# CPS Canada - No (more?) welcome package?



## Jim Saunders (Aug 18, 2014)

Anyone else here a member? I mailed away a money order (how quaint) and received a membership card in the mail; is that the norm? I ask on account of people joining and getting some interesting stuff for their trouble.

Jim


----------



## ScubaX (Aug 27, 2014)

Canada might be different, but in the USA for the gold level you get:
1 CPS Pro Strap
1 Body Cap
1 Rear Lens Cap
CPS ID Card
CPS Pin

Plus some labels for addressing your equipment when you send it to them. Upon renewal, I just got a card, labels and a repair form.


----------



## ScubaX (Aug 27, 2014)

I found this on the CA CPS site: Welcome kit:
The Canon welcome kit contains a welcome letter, the CPS member card and, of course, complimentary gifts included as a token of our appreciation. Welcome kits will be shipped to accepted members upon payment of the applicable enrollment fees. Fees will be billed to the members account upon acceptance and will be payable within 30days.

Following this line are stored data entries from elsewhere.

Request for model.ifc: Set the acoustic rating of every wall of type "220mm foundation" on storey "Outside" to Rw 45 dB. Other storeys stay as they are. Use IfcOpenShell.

First a look at what the model holds.

```python
import ifcopenshell
import ifcopenshell.util.element

model = ifcopenshell.open("model.ifc")
print(model.schema)
storey = next(s for s in model.by_type("IfcBuildingStorey") if s.Name == "Outside")
walls = [e for e in ifcopenshell.util.element.get_decomposition(storey) if e.is_a("IfcWall")]
seen = {}
for e in walls:
    element_type = ifcopenshell.util.element.get_type(e)
    key = (element_type.Name if element_type != e and element_type else None, ifcopenshell.util.element.get_pset(e, "Pset_WallCommon", "AcousticRating"))
    seen[key] = seen.get(key, 0) + 1
for (name, value), count in sorted(seen.items(), key=str):
    print(count, "x", name, "|", value)
```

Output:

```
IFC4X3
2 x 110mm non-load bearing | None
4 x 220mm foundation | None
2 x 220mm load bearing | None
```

```python
import ifcopenshell
import ifcopenshell.api.pset
import ifcopenshell.util.element

model = ifcopenshell.open("model.ifc")

storey = next(s for s in model.by_type("IfcBuildingStorey") if s.Name == "Outside")
walls = [e for e in ifcopenshell.util.element.get_decomposition(storey) if e.is_a("IfcWall")]

count = 0
for e in walls:
    element_type = ifcopenshell.util.element.get_type(e)
    if element_type in (None, e) or element_type.Name != "220mm foundation":
        continue
    # add_pset returns the element's existing set when there is one.
    pset = ifcopenshell.api.pset.add_pset(model, product=e, name="Pset_WallCommon")
    ifcopenshell.api.pset.edit_pset(model, pset=pset, properties={"AcousticRating": "Rw 45 dB"})
    count += 1

print(count, "walls updated")

model.write("model_edited.ifc")
```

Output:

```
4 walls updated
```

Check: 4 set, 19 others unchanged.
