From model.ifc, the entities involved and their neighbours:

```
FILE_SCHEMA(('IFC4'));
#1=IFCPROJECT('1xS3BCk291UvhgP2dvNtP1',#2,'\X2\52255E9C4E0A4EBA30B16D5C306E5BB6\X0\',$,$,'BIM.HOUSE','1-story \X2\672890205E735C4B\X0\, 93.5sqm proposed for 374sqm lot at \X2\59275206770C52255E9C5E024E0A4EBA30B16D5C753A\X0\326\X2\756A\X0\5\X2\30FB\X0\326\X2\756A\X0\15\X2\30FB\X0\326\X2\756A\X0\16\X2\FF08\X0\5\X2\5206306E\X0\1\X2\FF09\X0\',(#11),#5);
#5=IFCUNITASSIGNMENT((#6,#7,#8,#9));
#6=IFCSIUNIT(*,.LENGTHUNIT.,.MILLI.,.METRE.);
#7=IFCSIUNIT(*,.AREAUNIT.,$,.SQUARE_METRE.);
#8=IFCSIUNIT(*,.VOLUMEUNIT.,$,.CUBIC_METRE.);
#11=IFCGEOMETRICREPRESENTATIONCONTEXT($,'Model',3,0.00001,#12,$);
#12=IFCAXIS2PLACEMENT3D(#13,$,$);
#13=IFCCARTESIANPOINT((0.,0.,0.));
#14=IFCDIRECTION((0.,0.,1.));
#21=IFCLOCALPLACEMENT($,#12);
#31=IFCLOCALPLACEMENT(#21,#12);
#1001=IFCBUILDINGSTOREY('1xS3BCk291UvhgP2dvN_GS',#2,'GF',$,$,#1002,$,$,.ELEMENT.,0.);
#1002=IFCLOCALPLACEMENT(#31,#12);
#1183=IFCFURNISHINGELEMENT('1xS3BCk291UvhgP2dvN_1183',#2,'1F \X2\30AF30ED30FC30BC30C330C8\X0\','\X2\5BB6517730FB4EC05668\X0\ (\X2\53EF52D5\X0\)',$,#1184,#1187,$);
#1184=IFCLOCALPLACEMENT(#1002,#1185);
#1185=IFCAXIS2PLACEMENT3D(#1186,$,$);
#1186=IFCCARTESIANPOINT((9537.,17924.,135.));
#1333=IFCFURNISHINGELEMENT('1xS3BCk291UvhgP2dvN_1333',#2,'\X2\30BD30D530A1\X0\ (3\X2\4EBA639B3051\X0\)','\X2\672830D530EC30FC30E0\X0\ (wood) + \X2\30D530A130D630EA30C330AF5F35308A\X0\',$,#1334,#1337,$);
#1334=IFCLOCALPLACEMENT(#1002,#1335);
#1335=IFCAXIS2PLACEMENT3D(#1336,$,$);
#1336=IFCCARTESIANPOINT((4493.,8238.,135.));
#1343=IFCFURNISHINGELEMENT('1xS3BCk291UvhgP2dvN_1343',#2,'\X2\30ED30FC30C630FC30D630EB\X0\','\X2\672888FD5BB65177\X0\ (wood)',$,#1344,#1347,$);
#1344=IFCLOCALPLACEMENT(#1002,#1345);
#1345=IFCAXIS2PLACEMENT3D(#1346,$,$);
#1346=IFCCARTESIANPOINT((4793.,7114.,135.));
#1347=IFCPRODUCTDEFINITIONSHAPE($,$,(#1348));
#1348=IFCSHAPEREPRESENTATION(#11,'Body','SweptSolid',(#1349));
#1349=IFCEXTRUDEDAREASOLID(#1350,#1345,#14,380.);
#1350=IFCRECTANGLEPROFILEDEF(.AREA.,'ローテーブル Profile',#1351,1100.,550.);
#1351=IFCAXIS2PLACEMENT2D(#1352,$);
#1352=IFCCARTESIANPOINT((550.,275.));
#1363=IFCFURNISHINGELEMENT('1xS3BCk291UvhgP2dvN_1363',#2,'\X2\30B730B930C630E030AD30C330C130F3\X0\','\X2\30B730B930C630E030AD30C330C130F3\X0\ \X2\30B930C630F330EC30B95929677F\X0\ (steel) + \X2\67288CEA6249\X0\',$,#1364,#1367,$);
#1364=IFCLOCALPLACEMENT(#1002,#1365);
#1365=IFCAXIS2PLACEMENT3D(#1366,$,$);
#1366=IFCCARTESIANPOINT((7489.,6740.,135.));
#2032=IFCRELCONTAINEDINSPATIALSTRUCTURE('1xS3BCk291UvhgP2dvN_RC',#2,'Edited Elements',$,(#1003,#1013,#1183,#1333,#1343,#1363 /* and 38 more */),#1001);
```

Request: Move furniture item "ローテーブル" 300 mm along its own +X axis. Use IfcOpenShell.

```python
import ifcopenshell
import ifcopenshell.api.geometry
import ifcopenshell.util.placement
import ifcopenshell.util.unit

model = ifcopenshell.open("model.ifc")
unit_scale = ifcopenshell.util.unit.calculate_unit_scale(model)

item = model.by_guid("1xS3BCk291UvhgP2dvN_1343")
matrix = ifcopenshell.util.placement.get_local_placement(item.ObjectPlacement)
matrix[:3, 3] += matrix[:3, 0] * 0.3 / unit_scale
ifcopenshell.api.geometry.edit_object_placement(model, product=item, matrix=matrix, is_si=False)

print(ifcopenshell.util.placement.get_local_placement(item.ObjectPlacement).round(3) + 0.0)

model.write("model_edited.ifc")
```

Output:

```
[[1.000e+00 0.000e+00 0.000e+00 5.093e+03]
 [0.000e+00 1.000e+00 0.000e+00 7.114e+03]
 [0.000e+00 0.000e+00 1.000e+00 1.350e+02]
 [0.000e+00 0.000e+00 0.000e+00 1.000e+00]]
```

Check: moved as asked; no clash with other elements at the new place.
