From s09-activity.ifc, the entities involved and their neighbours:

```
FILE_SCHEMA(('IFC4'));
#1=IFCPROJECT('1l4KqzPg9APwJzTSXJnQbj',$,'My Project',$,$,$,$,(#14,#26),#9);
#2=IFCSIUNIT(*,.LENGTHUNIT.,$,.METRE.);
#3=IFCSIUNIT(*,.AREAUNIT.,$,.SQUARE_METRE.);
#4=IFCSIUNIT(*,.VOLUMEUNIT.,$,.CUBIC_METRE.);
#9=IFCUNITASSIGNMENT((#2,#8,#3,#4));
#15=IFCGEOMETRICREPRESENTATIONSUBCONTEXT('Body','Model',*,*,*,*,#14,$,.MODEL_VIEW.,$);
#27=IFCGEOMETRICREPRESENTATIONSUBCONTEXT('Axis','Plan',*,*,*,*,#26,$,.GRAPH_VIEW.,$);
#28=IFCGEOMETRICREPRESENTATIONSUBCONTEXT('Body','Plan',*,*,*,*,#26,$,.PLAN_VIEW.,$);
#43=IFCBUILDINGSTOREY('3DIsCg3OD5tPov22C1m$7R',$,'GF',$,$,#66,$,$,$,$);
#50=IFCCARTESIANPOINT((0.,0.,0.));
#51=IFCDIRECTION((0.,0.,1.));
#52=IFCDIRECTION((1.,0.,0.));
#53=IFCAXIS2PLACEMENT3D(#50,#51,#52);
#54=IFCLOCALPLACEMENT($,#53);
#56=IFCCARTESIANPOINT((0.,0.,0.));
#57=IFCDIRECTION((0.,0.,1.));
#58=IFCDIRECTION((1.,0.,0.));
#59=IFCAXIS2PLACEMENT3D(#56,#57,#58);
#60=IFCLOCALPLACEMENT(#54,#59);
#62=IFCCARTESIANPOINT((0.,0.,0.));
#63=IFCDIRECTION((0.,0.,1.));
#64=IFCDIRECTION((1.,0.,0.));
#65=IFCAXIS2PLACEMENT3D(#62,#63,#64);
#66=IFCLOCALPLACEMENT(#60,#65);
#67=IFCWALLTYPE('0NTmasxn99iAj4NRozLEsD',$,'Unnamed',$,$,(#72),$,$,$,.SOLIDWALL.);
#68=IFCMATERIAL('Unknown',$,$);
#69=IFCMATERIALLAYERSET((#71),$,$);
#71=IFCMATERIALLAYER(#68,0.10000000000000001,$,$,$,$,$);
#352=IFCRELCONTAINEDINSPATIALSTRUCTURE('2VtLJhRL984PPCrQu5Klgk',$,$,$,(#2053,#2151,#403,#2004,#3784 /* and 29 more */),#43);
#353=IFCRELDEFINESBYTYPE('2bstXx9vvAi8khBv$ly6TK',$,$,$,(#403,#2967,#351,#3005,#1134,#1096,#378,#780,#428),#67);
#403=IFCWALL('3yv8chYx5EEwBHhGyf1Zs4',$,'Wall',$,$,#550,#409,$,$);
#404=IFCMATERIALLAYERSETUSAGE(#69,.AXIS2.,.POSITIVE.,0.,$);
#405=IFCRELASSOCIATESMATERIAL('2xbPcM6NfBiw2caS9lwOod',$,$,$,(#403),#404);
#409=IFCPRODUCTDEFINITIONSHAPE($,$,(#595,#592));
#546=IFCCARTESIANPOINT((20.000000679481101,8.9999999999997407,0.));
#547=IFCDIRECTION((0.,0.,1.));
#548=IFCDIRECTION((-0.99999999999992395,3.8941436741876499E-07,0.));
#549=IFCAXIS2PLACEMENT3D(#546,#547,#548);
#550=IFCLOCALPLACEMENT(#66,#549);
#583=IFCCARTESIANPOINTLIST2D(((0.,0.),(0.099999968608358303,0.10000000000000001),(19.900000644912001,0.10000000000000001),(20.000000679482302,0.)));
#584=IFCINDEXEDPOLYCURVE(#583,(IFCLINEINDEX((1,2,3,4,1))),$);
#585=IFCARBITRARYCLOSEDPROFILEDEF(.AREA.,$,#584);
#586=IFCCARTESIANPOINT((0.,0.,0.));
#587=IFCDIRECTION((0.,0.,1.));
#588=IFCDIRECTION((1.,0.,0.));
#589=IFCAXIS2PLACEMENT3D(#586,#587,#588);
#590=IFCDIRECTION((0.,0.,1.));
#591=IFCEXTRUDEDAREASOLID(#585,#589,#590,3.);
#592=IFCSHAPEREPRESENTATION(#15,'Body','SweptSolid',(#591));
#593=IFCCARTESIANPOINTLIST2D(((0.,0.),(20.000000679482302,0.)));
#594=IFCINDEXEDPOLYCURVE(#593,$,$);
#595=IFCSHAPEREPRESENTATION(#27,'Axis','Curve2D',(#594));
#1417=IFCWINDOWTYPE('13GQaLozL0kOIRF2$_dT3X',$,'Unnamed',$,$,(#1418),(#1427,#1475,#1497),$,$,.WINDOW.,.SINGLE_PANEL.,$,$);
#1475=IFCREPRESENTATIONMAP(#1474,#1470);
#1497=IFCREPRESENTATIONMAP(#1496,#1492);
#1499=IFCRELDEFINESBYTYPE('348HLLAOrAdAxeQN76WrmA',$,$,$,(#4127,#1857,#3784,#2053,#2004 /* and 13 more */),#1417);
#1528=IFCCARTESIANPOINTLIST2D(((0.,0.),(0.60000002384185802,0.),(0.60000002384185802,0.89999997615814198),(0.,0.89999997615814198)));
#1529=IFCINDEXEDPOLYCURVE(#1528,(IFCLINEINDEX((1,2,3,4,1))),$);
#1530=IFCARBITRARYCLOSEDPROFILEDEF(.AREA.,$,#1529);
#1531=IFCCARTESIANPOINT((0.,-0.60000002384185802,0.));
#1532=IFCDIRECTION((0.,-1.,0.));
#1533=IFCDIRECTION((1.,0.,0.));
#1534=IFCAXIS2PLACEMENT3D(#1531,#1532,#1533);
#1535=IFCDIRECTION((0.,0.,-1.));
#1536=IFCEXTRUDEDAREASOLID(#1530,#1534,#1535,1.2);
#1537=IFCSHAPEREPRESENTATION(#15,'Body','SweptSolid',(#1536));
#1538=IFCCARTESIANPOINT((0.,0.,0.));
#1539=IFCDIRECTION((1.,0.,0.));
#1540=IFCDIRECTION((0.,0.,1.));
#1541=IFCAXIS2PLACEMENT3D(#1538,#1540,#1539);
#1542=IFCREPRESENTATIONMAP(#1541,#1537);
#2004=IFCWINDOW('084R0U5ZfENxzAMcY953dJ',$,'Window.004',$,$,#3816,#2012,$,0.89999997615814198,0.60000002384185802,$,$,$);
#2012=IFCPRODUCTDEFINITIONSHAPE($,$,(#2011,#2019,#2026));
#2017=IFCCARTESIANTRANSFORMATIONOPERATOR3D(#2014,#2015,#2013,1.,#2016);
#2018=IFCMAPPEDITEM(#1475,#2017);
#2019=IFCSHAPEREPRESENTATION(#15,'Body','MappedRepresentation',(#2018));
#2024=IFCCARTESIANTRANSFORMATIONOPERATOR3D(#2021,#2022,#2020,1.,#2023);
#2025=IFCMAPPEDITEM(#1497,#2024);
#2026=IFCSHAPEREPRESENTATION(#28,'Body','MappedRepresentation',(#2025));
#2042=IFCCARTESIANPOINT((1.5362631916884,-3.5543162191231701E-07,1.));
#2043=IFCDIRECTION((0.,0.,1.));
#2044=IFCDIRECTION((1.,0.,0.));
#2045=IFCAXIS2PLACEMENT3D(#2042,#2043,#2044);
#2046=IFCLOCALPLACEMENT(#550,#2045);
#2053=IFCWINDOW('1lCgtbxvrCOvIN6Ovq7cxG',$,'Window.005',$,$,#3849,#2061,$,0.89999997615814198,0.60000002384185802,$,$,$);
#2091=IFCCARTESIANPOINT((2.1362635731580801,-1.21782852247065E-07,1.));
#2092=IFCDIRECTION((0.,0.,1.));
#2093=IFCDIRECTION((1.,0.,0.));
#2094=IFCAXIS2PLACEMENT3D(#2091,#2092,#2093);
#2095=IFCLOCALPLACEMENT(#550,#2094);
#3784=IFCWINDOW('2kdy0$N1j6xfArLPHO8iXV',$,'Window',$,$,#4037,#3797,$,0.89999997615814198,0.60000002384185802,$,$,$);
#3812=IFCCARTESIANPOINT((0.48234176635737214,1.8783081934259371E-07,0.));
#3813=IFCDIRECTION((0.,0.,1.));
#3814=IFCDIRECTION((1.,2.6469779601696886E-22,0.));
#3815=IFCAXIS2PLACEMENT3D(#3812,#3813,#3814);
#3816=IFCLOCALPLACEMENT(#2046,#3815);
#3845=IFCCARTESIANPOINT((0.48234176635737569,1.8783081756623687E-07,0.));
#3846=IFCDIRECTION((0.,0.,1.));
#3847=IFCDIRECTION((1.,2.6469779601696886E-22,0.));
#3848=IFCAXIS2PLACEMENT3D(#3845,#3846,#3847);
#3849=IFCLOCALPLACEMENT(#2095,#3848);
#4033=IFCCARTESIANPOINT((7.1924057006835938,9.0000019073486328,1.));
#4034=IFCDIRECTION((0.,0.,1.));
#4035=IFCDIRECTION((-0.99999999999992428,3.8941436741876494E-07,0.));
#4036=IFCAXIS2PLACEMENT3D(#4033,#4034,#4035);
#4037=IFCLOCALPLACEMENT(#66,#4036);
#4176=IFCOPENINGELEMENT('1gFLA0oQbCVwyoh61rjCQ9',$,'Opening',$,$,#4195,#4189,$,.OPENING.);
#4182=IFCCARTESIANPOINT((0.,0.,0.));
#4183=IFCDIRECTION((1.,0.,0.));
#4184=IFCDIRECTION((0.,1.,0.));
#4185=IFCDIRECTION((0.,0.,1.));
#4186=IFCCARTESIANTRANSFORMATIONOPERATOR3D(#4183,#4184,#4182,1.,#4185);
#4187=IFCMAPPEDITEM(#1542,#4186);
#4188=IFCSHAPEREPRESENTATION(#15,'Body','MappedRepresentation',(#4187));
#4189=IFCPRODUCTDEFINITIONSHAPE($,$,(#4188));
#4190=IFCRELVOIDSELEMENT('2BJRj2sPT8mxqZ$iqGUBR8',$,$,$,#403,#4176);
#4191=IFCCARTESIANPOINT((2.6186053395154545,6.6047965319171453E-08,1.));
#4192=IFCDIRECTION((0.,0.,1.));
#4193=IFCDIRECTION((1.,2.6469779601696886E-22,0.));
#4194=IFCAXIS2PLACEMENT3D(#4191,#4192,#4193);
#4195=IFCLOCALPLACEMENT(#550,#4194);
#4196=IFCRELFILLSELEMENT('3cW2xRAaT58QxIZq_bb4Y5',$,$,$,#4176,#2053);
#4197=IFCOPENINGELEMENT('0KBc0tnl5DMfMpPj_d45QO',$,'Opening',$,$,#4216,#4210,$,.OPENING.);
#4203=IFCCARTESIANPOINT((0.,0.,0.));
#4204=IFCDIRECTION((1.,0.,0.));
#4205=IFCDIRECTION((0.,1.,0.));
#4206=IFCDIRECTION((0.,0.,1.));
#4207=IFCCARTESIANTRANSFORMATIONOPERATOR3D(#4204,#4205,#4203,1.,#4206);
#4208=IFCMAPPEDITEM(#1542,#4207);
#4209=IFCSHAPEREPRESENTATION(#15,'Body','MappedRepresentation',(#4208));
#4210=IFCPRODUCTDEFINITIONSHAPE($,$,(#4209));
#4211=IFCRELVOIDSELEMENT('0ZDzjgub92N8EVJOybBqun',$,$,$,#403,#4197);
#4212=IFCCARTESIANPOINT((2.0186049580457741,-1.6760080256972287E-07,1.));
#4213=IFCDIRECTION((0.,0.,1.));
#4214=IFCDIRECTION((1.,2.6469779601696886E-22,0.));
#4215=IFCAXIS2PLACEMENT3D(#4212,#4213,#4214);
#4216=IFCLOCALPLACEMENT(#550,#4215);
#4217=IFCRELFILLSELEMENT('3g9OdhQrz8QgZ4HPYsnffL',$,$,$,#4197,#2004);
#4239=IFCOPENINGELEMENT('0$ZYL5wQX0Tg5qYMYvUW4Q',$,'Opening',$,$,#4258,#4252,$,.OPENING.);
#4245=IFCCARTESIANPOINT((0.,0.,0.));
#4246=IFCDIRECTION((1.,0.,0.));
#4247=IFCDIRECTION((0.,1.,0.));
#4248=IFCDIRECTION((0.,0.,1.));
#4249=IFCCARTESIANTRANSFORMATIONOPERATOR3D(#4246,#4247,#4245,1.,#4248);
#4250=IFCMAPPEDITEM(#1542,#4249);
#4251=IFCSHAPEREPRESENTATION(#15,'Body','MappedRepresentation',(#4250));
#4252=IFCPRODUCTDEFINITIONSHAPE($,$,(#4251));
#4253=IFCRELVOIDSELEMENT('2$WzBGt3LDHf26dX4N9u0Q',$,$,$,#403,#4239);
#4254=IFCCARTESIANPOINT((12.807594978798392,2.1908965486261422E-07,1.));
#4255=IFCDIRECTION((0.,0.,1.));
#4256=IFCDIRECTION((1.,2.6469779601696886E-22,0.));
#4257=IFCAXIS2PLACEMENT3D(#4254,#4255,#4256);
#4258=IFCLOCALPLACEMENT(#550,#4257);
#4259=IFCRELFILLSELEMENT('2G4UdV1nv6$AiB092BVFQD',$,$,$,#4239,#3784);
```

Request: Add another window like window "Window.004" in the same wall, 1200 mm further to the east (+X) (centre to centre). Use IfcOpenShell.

```python
import ifcopenshell
import ifcopenshell.api.feature
import ifcopenshell.api.geometry
import ifcopenshell.api.root
import ifcopenshell.geom
import ifcopenshell.util.element
import ifcopenshell.util.placement
import ifcopenshell.util.shape
import ifcopenshell.util.unit

model = ifcopenshell.open("s09-activity.ifc")
unit_scale = ifcopenshell.util.unit.calculate_unit_scale(model)
settings = ifcopenshell.geom.settings()


def volume(element):
    """Net volume in cubic metres, openings subtracted."""
    shape = ifcopenshell.geom.create_shape(settings, element)
    return ifcopenshell.util.shape.get_volume(shape.geometry)


window = model.by_guid("084R0U5ZfENxzAMcY953dJ")
opening = window.FillsVoids[0].RelatingOpeningElement
wall = opening.VoidsElements[0].RelatingBuildingElement
before = volume(wall)
shift = ifcopenshell.util.placement.get_local_placement(wall.ObjectPlacement)[:3, 0] * -1.2 / unit_scale

# copy_class copies the void relationship, type, container and properties, but no geometry.
new_opening = ifcopenshell.api.root.copy_class(model, product=opening)
new_opening.Representation = ifcopenshell.util.element.copy_deep(
    model, opening.Representation, exclude=["IfcGeometricRepresentationContext", "IfcRepresentationMap"]
)
new_window = ifcopenshell.api.root.copy_class(model, product=window)
new_window.Representation = ifcopenshell.util.element.copy_deep(
    model, window.Representation, exclude=["IfcGeometricRepresentationContext", "IfcRepresentationMap"]
)
ifcopenshell.api.feature.add_filling(model, opening=new_opening, element=new_window)

for old, new in ((opening, new_opening), (window, new_window)):
    matrix = ifcopenshell.util.placement.get_local_placement(old.ObjectPlacement)
    matrix[:3, 3] += shift
    ifcopenshell.api.geometry.edit_object_placement(model, product=new, matrix=matrix, is_si=False)

after = volume(wall)

print(f"wall volume {before:.3f} -> {after:.3f} m3")

model.write("s09-activity_rev.ifc")
```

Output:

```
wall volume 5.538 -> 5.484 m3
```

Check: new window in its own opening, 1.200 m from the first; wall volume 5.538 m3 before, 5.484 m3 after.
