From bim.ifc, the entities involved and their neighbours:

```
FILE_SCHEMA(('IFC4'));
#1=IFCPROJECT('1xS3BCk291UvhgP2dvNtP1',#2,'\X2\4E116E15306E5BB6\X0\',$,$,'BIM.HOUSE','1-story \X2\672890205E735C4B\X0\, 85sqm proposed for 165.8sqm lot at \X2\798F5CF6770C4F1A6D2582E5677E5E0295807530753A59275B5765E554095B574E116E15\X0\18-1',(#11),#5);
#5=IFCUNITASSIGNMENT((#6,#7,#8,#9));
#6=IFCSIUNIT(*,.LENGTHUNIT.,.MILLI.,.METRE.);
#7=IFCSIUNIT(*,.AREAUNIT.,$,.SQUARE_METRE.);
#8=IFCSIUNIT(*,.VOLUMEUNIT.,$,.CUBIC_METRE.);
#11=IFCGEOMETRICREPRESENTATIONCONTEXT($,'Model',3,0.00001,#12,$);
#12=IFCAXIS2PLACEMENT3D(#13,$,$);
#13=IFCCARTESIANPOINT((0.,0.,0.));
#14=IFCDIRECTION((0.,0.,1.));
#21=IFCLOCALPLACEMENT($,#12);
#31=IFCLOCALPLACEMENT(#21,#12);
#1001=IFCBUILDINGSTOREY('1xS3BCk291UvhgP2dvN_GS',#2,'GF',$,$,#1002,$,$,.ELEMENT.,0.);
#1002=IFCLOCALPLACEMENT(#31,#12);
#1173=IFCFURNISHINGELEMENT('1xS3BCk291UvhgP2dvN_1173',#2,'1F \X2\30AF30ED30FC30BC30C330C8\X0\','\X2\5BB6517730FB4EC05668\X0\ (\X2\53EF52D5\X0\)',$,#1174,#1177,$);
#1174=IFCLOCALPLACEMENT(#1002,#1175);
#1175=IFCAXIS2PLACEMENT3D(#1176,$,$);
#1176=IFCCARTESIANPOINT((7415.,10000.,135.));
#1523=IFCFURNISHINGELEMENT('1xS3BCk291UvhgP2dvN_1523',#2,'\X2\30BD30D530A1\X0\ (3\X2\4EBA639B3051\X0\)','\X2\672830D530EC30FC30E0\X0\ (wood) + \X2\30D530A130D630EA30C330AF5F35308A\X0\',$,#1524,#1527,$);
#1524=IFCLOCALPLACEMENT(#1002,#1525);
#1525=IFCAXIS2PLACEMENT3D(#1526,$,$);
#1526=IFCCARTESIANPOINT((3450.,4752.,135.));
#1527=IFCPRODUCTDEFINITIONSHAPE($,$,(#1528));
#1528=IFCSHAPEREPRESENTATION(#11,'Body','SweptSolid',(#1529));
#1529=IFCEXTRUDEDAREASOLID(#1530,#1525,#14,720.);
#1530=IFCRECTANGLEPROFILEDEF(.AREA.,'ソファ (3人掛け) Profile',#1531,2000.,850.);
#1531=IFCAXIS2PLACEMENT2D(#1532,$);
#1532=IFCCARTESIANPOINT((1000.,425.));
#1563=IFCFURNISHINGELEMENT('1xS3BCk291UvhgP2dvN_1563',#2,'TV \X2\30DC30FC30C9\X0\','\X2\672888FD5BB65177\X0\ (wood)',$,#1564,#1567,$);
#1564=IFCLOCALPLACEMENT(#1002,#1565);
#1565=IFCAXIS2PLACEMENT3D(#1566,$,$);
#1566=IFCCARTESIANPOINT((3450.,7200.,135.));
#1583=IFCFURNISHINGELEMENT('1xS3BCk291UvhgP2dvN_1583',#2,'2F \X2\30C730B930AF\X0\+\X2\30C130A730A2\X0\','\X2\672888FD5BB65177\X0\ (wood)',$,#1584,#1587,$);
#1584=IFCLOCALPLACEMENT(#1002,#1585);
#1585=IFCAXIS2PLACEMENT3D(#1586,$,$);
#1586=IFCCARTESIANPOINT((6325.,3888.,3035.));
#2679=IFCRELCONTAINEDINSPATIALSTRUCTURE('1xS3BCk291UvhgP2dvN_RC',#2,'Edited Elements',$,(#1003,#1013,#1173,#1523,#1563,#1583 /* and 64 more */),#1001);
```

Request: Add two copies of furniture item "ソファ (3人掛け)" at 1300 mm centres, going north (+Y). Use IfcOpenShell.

```python
import numpy as np
import ifcopenshell
import ifcopenshell.api.geometry
import ifcopenshell.api.root
import ifcopenshell.util.element
import ifcopenshell.util.placement

model = ifcopenshell.open("bim.ifc")


def reuse_history(source, copy):
    """copy_class also copies each property set's owner history, people and application; keep the originals."""
    for rel in copy.IsDefinedBy:
        if rel.is_a("IfcRelDefinesByProperties") and (history := rel.RelatingPropertyDefinition.OwnerHistory):
            rel.RelatingPropertyDefinition.OwnerHistory = source.OwnerHistory
            ifcopenshell.util.element.remove_deep2(model, history)


source = model.by_guid("1xS3BCk291UvhgP2dvN_1523")
base = ifcopenshell.util.placement.get_local_placement(source.ObjectPlacement)
step = np.array([0.0, 1.0, 0.0]) * 1300.0

for i in range(1, 3):
    copy = ifcopenshell.api.root.copy_class(model, product=source)
    copy.Representation = ifcopenshell.util.element.copy_deep(
        model, source.Representation, exclude=["IfcGeometricRepresentationContext", "IfcRepresentationMap"]
    )
    reuse_history(source, copy)
    matrix = base.copy()
    matrix[:3, 3] += i * step
    print("added at", matrix[:3, 3].round(3) + 0.0)
    ifcopenshell.api.geometry.edit_object_placement(model, product=copy, matrix=matrix, is_si=False)

model.write("bim_v2.ifc")
```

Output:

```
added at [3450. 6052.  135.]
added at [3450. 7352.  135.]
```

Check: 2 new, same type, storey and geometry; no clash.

So maybe they send it separately after the money order clears for 30 days?


----------



## rdalrt (Aug 27, 2014)

I am in Canada. With my renewal this year, I just got points/credits that I could use on the CPS Rewards site. You can pick a few things from a few basic gifts like, pens, microfiber clothes, coffee mugs, toque, umbrella, etc.


----------



## Mt Spokane Photography (Aug 27, 2014)

ScubaX said:


> Canada might be different, but in the USA for the gold level you get:
> 1 CPS Pro Strap
> 1 Body Cap
> 1 Rear Lens Cap
> ...



Not for renewals, just for new members.


----------



## Jim Saunders (Aug 27, 2014)

I just read the (form) letter again; it came with a card but nothing else. I'll see what I can get from the member portal. Huh. I know its cliché but the CPS strap might be a fitting addition to my 50D.

Jim


----------



## ScubaX (Aug 27, 2014)

Mt Spokane Photography said:


> ScubaX said:
> 
> 
> > Canada might be different, but in the USA for the gold level you get:
> ...



Yep, said that. I think this he is new to CPS.


----------



## Jim Saunders (Aug 27, 2014)

Yes, I'm a new member. This somewhat dated link has a peek at what to expect; I wouldn't yawn but I'd take a couple of their center-pinch lens caps and that shiny red strap first.

Jim


----------



## nineyards (Aug 27, 2014)

Jim, I paid $5950 for my 1DX and $6247 for my 300 f2.8L IS11 at McBains Camera using my CPS discount, that's only mentioning two purchases
It pays for itself many times over
And the free stuff is cool to

Vincent


----------